Our summer intern Isabelle has been sharing her progress as she works on an outreach kit about immigration, migration and refugees. This week she discusses the challenges of working on a project of this scope during the COVID-19 pandemic. 

For museums and other education institutions the COVID-19 pandemic has created new barriers to research and outreach.

When the pandemic hit Canada in March, libraries and archives closed. This meant my research was limited to my personal sources and those I could find online. Thankfully, as a UBC student, I have access to the UBC Library online collections, including full digital versions of articles and books. I could consult many secondary sources online without much trouble.

Finding primary sources was a bit trickier. I needed them for my research and to include in the education kits for students to read and analyze themselves. Fortunately, many libraries and archives in B.C. have digitized their collections over the past few years. I could sit in my living room and consult historical documents and photographs held in archives. I am particularly grateful to VMM Open Collections, the Royal BC Archives, the City of Vancouver Archives, UBC Library Open Collections, SFU Library Digitized Collections and the University of Victoria Libraries Online British Colonist database. The tireless work of archivists made it possible for me and countless other researchers around the world to access key sources despite restrictions on movement. Of course, not everything has been (or can be) digitized. Because so many archives remain closed or are open with strict restrictions, I have been unable to include every source I’d hoped to. 

This is one of the main limitations of my project, and it makes the outreach kit itself an artifact of this time. When future historians ask, “how did researchers adapt during the COVID-19 pandemic?” they can use my outreach kit (and these blog posts) as a primary source! 

Education

At the other end of the outreach process is the use of the kits by teachers. This is also negatively impacted by the pandemic. Back to school in BC is scheduled for September, but with new health guidelines that include physical distancing and disinfection of shared physical objects. These classroom conditions are not conducive to small groups crowded around small photos.

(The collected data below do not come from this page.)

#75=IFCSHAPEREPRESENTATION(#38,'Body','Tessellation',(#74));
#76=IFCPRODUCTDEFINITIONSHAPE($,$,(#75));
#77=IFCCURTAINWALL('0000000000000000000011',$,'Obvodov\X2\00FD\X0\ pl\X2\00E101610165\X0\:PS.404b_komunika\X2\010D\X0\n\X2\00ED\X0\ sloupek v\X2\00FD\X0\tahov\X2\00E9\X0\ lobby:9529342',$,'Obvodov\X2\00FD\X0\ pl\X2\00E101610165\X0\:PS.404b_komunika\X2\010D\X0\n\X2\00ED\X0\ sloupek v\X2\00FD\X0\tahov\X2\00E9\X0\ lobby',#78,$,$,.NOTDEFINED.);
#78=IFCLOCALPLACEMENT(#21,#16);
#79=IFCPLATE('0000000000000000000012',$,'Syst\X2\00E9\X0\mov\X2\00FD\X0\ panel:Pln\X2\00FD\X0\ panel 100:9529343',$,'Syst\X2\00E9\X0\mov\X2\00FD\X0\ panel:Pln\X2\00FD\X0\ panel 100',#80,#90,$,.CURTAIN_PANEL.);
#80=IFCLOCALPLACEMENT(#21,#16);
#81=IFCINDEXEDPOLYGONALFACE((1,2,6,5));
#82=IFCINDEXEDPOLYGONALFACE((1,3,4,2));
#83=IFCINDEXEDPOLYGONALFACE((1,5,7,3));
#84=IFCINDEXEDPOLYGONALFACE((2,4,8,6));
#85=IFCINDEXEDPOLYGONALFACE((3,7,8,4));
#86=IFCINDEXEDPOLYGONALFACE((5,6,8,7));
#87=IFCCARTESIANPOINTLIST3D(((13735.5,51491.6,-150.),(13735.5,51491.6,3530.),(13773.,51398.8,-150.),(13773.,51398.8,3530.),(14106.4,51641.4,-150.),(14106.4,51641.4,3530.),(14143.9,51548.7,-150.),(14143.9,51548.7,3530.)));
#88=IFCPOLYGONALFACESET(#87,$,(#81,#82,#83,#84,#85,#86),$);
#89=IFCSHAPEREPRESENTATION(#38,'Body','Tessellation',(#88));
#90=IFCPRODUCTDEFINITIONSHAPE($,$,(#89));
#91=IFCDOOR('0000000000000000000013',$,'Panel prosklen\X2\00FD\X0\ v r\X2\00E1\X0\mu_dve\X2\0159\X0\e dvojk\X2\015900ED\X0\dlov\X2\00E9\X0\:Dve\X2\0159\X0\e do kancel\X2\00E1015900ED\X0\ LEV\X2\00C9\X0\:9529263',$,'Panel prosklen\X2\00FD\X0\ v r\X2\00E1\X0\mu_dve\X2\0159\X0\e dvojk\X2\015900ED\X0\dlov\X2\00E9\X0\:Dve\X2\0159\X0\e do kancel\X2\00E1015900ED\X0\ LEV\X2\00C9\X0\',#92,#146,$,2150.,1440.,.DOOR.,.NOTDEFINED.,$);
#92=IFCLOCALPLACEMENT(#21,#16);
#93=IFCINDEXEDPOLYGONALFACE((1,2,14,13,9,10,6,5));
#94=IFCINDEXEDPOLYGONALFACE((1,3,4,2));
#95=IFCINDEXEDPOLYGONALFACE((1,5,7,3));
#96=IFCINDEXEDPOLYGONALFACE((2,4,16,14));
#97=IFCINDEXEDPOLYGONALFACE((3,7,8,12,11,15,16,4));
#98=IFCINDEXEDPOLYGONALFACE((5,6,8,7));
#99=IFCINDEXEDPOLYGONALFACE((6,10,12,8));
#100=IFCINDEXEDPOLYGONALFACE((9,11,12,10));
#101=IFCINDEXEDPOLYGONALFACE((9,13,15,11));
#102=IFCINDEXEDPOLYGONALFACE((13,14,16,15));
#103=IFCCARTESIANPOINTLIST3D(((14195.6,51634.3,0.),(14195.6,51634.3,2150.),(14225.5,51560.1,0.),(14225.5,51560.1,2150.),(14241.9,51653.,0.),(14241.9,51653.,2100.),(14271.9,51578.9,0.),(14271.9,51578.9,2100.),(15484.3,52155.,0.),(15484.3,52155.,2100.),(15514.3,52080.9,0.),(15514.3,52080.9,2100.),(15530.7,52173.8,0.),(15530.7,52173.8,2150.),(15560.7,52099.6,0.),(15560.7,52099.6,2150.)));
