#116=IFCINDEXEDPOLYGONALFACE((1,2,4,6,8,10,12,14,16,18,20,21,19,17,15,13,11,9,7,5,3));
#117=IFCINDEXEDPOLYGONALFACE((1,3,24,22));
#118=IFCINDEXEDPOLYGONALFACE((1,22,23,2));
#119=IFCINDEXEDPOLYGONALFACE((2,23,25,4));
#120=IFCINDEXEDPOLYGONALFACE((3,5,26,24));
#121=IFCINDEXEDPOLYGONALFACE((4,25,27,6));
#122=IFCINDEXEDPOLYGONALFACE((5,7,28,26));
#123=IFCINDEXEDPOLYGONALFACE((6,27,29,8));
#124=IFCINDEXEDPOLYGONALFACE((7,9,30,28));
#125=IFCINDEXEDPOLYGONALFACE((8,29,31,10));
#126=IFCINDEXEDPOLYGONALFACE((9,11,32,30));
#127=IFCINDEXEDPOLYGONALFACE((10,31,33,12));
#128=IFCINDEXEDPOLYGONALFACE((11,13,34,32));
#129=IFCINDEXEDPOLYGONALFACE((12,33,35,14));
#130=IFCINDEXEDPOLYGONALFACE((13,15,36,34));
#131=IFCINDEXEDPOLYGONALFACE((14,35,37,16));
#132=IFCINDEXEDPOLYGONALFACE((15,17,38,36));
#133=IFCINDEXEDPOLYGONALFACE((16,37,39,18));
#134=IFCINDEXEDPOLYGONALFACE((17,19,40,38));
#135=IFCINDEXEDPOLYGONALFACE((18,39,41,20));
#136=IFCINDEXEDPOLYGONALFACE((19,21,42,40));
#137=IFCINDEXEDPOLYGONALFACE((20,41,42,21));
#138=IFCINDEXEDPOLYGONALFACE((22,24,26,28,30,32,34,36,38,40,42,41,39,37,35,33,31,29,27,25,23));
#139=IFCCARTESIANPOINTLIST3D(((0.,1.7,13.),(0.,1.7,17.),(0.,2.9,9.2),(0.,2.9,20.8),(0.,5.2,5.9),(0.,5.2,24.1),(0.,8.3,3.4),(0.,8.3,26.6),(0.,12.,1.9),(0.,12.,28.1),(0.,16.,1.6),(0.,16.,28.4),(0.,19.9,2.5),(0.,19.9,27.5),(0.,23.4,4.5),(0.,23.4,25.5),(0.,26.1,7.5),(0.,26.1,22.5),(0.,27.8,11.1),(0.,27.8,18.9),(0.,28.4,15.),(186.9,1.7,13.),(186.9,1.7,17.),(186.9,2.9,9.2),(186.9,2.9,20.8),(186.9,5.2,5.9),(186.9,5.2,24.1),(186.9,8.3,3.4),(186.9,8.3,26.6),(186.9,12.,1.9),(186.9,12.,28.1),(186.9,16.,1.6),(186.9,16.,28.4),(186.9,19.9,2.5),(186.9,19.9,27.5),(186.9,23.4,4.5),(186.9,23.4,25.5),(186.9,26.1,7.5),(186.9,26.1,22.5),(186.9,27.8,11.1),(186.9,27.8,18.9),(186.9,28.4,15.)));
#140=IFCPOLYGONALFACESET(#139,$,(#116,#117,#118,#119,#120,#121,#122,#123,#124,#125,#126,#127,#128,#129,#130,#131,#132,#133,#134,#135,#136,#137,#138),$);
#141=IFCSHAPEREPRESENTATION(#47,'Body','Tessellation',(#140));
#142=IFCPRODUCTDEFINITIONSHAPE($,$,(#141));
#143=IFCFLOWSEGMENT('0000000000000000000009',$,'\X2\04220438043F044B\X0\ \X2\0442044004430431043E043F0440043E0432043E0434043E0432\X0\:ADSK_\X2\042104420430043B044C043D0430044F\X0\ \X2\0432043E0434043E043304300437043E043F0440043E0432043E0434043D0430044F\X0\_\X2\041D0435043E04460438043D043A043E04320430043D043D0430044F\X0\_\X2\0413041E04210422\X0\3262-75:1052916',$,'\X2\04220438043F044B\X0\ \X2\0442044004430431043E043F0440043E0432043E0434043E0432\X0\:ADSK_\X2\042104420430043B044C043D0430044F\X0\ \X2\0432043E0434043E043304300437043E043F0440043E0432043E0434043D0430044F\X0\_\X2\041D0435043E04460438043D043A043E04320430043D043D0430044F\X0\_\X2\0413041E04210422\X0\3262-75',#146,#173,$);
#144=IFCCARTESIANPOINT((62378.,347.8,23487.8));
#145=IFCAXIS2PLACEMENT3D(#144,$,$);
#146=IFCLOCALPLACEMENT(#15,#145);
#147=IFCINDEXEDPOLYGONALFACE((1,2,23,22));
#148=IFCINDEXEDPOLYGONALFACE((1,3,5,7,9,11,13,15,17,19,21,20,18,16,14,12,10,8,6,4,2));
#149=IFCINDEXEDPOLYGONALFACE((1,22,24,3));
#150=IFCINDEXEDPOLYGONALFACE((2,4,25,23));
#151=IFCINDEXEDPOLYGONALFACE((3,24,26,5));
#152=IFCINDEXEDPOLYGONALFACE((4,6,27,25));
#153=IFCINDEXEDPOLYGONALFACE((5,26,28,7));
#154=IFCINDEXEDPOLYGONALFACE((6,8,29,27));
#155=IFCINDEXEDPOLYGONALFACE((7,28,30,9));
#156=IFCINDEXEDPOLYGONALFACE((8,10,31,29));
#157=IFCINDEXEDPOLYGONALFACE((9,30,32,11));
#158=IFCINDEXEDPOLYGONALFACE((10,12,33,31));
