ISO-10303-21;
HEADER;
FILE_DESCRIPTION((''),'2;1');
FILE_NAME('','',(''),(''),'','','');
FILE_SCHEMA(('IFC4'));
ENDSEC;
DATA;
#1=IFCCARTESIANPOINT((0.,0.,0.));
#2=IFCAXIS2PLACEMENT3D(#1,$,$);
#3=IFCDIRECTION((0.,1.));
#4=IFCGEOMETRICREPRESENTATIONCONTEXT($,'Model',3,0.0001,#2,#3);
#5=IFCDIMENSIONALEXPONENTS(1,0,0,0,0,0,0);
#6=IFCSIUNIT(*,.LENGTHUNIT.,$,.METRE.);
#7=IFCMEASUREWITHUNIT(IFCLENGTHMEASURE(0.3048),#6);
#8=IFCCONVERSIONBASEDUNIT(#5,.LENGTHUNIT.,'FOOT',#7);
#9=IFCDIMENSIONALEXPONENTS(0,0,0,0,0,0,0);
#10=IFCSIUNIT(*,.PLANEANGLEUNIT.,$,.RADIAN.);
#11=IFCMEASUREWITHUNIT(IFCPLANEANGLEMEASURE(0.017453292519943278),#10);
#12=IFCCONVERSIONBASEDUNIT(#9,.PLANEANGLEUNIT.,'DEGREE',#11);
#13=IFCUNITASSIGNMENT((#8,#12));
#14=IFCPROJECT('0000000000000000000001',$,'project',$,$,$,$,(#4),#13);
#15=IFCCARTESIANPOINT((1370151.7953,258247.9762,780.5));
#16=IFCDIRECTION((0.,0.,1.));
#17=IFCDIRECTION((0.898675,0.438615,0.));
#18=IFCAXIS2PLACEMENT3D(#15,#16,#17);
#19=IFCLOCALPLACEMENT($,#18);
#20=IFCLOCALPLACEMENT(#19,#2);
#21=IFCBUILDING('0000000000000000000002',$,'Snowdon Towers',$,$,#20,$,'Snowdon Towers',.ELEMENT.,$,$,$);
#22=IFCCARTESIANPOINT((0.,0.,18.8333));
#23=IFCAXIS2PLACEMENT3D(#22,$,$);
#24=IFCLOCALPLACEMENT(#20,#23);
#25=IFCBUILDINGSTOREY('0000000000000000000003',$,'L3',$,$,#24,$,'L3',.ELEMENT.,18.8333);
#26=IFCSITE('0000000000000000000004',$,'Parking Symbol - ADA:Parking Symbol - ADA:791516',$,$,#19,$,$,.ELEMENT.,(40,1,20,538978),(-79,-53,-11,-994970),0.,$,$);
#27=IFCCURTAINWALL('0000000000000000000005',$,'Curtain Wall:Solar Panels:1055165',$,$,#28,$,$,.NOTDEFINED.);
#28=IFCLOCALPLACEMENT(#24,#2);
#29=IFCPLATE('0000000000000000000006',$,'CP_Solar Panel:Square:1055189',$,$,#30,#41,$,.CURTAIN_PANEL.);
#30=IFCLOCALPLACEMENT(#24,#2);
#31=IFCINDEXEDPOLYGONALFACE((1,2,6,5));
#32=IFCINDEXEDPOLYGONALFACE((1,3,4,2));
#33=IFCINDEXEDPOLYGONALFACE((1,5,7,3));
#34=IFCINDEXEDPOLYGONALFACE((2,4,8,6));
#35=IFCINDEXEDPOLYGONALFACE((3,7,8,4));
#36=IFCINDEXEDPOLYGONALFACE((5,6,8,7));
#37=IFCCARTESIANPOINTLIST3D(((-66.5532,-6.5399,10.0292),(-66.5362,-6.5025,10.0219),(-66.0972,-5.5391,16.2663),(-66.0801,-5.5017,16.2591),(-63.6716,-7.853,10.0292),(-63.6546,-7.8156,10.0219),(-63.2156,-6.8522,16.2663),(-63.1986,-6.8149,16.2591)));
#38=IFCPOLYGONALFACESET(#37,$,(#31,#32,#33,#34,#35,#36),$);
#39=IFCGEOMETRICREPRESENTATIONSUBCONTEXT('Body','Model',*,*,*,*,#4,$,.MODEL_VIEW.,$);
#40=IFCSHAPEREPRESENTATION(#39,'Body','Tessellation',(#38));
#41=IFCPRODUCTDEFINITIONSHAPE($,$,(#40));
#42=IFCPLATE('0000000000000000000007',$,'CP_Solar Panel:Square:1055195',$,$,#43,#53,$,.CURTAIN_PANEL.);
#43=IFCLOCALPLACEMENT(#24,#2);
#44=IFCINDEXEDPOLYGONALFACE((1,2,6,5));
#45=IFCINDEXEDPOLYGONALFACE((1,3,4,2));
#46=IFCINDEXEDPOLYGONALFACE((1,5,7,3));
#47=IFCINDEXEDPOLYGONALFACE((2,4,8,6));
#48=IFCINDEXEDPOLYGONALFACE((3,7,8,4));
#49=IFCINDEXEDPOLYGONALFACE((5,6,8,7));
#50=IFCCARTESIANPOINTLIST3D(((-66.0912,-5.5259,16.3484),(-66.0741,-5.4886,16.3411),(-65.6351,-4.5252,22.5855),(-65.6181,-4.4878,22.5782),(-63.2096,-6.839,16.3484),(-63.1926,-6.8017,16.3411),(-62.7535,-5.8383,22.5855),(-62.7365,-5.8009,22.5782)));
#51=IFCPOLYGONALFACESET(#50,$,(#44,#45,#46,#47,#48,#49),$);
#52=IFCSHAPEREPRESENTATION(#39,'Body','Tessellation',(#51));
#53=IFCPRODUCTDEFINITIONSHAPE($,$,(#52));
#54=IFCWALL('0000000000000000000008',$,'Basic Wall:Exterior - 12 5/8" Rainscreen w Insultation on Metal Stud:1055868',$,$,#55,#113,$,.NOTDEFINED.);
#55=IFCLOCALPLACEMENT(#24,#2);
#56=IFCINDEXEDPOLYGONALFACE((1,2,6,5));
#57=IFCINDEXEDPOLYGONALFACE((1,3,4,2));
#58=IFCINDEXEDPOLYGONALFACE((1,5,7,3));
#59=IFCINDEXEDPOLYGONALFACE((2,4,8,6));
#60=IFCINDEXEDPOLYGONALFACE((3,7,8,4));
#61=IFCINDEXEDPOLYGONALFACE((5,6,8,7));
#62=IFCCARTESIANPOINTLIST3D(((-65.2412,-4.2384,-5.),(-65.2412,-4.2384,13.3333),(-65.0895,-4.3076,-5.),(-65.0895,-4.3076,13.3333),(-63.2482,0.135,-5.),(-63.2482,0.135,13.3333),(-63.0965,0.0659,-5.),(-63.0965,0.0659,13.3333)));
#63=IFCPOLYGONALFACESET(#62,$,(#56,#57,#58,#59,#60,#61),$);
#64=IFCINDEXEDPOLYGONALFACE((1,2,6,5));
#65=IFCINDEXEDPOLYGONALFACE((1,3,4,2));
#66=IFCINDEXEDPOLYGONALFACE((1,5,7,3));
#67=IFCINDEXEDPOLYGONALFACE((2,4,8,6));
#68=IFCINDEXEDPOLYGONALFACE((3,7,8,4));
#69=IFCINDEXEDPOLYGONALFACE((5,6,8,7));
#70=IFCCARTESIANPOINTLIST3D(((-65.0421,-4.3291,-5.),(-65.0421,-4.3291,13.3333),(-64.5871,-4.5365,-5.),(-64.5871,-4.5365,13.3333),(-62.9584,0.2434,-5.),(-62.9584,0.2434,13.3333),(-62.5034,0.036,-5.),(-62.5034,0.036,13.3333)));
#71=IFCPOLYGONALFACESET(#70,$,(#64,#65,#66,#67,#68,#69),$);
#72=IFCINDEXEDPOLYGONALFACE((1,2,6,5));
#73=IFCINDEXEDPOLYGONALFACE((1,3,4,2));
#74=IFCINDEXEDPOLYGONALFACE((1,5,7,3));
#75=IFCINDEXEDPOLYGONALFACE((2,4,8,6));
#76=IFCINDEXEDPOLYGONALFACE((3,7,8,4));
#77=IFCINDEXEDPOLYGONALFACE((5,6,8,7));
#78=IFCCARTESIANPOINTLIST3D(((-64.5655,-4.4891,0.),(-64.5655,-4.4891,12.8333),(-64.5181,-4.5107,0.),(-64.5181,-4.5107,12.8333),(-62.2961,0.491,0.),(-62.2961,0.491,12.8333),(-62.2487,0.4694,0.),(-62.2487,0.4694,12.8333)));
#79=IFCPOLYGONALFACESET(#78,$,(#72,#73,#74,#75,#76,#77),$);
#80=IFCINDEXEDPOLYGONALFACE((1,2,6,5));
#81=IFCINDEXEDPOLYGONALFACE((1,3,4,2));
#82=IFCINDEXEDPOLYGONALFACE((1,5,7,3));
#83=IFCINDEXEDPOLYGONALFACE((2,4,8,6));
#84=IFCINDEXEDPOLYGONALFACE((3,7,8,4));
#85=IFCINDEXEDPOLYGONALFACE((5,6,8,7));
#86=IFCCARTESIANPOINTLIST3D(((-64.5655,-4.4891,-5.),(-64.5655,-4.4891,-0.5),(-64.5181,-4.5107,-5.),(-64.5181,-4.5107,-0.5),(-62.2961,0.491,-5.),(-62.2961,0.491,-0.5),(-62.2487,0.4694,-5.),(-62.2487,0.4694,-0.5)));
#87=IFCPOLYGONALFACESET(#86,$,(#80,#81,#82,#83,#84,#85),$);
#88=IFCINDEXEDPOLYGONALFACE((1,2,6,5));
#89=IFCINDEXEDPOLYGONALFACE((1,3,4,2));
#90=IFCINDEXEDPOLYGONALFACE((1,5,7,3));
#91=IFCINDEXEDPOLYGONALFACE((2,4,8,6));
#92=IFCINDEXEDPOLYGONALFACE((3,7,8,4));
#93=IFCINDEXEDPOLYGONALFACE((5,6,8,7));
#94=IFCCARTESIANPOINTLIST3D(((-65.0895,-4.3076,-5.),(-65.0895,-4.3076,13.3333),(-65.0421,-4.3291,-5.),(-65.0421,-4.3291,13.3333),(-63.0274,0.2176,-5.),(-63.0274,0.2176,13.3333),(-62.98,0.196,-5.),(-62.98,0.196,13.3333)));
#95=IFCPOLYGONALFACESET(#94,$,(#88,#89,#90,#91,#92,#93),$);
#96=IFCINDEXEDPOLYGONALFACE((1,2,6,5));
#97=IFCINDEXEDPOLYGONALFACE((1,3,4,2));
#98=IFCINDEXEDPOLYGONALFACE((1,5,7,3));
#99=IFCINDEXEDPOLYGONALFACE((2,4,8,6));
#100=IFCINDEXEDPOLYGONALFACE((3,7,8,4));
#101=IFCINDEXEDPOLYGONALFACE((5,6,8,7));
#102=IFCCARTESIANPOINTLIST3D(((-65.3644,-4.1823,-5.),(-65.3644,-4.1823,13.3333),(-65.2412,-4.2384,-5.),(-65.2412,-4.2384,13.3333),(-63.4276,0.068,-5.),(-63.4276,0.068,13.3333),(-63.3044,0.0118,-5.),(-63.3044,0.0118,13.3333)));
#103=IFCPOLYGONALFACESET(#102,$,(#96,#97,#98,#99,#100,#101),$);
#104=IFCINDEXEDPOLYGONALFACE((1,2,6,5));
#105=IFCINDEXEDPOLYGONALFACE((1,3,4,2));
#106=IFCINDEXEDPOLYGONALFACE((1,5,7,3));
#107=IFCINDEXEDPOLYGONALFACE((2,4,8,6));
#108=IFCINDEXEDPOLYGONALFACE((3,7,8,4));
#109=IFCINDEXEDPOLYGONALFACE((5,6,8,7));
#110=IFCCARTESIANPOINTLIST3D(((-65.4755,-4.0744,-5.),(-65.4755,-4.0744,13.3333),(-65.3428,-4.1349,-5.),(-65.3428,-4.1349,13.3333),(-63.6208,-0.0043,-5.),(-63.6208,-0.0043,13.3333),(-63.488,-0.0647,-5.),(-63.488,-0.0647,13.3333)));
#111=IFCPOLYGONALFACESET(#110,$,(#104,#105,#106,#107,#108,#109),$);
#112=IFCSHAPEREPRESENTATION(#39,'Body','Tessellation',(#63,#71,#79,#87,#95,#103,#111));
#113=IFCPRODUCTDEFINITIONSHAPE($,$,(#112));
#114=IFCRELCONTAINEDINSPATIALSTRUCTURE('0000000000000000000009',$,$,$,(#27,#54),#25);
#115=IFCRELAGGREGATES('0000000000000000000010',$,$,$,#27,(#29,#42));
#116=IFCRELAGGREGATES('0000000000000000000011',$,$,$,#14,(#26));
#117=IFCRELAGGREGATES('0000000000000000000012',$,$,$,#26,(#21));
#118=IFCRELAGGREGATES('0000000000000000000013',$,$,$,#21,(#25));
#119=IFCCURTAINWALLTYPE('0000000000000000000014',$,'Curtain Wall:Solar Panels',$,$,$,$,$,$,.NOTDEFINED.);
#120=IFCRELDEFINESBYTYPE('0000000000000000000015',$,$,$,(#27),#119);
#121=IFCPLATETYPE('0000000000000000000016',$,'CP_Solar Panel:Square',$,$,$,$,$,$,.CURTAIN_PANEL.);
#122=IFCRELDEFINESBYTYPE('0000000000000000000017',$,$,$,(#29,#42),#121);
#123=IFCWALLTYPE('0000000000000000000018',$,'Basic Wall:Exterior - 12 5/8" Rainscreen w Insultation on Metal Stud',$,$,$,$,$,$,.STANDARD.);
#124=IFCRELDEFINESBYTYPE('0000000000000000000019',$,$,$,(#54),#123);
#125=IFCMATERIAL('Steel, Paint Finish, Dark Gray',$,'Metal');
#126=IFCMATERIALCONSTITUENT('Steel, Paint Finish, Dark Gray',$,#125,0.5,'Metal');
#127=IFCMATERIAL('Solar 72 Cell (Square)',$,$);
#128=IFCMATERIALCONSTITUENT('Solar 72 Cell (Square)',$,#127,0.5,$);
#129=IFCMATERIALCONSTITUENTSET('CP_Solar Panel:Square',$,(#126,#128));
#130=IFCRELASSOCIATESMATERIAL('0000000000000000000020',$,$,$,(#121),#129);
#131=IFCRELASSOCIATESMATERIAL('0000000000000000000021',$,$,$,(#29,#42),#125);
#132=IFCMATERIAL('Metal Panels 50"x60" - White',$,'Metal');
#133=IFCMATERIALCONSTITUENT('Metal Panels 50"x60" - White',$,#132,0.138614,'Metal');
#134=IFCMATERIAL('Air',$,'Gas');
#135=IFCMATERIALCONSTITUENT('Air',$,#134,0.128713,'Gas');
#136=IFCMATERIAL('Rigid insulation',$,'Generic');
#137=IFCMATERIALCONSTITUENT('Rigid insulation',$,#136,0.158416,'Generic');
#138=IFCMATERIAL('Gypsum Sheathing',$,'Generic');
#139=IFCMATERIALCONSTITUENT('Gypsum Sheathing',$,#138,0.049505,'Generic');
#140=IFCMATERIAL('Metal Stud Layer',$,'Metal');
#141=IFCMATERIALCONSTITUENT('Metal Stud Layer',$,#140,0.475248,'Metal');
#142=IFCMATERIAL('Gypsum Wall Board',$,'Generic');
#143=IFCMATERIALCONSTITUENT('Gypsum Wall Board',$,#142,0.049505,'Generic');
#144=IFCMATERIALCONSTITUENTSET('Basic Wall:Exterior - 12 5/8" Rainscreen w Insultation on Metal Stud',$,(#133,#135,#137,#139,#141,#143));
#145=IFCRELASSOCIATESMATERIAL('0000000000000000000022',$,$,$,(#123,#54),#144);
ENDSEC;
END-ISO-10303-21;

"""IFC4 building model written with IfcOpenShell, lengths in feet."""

from ifc_helpers import new_model, entity, si_unit, converted_unit, direction, frame, origin, place, context, subcontext, project, spatial, indexed_curve, outline, extrude, source, transform, mapped, material, constituent, constituent_set, type_object, type_shapes, element, aggregate, save


model = new_model("IFC4")

# Units and contexts
model_context = context("Model", 3, precision=0.0001, world=origin(), true_north=direction((0.0, 1.0)))
body_context = subcontext(model_context, "Body", "Model", "MODEL_VIEW")
ifc_project = project(units=[converted_unit("LENGTHUNIT", "FOOT", entity("IfcLengthMeasure", 0.3048), si_unit("LENGTHUNIT", "METRE"), dimensions=[1, 0, 0, 0, 0, 0, 0]), converted_unit("PLANEANGLEUNIT", "DEGREE", entity("IfcPlaneAngleMeasure", 0.017453292519943278), si_unit("PLANEANGLEUNIT", "RADIAN"), dimensions=[0, 0, 0, 0, 0, 0, 0])], contexts=[model_context])

# Site, building, storey
site_placement = place(None, frame((1370151.7953, 258247.9762, 780.5), z_axis=(0.0, 0.0, 1.0), x_axis=(0.898675, 0.438615, 0.0)))
site = spatial("IfcSite", under=ifc_project, at=site_placement, Name="Parking Symbol - ADA:Parking Symbol - ADA:791516", CompositionType="ELEMENT", RefLatitude=(40, 1, 20, 538978), RefLongitude=(-79, -53, -11, -994970), RefElevation=0.0)
building_placement = place(site_placement, origin())
building = spatial("IfcBuilding", under=site, at=building_placement, Name="Snowdon Towers", LongName="Snowdon Towers", CompositionType="ELEMENT")
storey_placement = place(building_placement, frame((0.0, 0.0, 18.8333)))
storey = spatial("IfcBuildingStorey", under=building, at=storey_placement, Name="L3", LongName="L3", CompositionType="ELEMENT", Elevation=18.8333)

# Curtain wall
curtain_wall_type_1 = type_object("IfcCurtainWallType", Name="Curtain Wall:Solar Panels", PredefinedType="NOTDEFINED")
curtain_wall_1_placement = place(storey_placement, frame((0.0, 0.0, -18.8333)))
curtain_wall_1 = element("IfcCurtainWall", 1, at=curtain_wall_1_placement, inside=storey, type_object=curtain_wall_type_1, Name="Curtain Wall:Solar Panels:1055165", PredefinedType="NOTDEFINED")
ifc_material_1 = material(Name="Steel, Paint Finish, Dark Gray", Category="Metal")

Object handling proves another challenge, as there is no way to sanitize some objects between each student handling it. For example, one activity involves students passing around, examining and analyzing work tools like fishing equipment, watering cans and sewing supplies. This is hard to do when the teacher has to sanitize the object between each student and also has the potential to damage the object itself. Furthermore, teachers will be focused on adapting to a new classroom environment and probably will not have the bandwidth to incorporate new education kits into their lesson plans.

The museum will likely not be renting out this outreach kit for at least a year. We’re waiting to buy the objects we’ll include in the kits and print the physical copies of the documents included in the kit (teacher’s guide, timelines, primary documents, etc.). This means other museum staff will finish preparing the kit, which makes sense since this, like all other education tools, has been a joint effort.

I have learned so much from this project—about our history, about learning and about myself. This has been a chance to explore my future career while producing something real. I am proud of the outreach kit we have created, and I believe it does important work by telling stories that are often overlooked or forgotten. It is strange, though, to realize that no students or teachers will get to see or use the kit for many months after it’s finished. These are strange times, after all.